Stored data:

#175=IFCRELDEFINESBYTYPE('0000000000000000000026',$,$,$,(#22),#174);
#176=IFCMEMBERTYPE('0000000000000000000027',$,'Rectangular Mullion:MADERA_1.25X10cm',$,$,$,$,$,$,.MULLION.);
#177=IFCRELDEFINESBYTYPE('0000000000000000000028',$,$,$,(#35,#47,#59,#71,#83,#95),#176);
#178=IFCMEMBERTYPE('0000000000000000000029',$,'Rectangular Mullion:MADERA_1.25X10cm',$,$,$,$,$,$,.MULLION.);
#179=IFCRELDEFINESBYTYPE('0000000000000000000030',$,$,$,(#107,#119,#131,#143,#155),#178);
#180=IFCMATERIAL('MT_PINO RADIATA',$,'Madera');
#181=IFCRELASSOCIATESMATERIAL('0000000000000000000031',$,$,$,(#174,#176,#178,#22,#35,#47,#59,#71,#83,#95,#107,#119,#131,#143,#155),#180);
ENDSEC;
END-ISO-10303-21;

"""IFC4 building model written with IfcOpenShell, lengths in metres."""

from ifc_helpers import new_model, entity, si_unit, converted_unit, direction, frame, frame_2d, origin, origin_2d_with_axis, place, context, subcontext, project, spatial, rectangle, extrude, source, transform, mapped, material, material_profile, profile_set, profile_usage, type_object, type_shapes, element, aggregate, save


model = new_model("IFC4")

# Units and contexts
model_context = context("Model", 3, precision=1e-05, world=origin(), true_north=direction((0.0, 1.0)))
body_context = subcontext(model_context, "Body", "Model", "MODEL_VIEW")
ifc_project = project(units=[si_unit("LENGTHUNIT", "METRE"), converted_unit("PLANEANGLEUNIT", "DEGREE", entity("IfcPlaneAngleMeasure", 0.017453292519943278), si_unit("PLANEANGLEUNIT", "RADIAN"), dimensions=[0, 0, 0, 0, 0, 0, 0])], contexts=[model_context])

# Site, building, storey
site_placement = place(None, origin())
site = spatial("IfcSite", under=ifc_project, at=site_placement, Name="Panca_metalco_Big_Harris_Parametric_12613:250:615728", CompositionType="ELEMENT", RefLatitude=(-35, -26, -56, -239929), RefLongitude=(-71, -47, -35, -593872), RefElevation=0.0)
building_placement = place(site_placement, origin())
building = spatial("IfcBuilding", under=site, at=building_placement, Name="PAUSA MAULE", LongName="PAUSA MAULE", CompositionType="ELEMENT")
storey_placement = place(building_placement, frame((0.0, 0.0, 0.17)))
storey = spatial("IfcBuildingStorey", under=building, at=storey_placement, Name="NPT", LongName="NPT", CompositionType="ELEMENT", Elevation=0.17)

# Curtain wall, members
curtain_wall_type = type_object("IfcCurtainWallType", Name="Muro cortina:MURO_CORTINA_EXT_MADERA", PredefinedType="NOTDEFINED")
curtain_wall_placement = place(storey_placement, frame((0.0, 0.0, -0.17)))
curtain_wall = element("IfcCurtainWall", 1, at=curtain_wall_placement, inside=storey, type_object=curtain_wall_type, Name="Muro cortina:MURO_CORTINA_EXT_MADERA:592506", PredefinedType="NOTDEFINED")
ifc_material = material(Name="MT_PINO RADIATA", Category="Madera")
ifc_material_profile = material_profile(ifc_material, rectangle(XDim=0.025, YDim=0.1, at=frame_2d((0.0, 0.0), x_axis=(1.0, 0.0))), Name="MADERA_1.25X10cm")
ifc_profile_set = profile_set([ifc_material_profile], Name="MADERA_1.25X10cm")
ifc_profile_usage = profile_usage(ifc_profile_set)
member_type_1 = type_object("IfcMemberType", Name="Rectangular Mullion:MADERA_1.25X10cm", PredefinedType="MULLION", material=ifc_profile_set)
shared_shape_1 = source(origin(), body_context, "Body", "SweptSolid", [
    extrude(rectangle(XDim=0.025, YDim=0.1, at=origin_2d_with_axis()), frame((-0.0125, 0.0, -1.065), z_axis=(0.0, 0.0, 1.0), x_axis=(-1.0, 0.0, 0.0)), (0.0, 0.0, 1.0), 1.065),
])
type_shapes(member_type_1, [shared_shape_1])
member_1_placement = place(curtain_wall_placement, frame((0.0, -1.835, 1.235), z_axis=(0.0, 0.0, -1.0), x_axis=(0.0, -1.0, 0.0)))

Exercise aim:
Across all the entries above, how many lines hold the word "Rectangular"? Answer with the number only.

Solution to this exercise:
3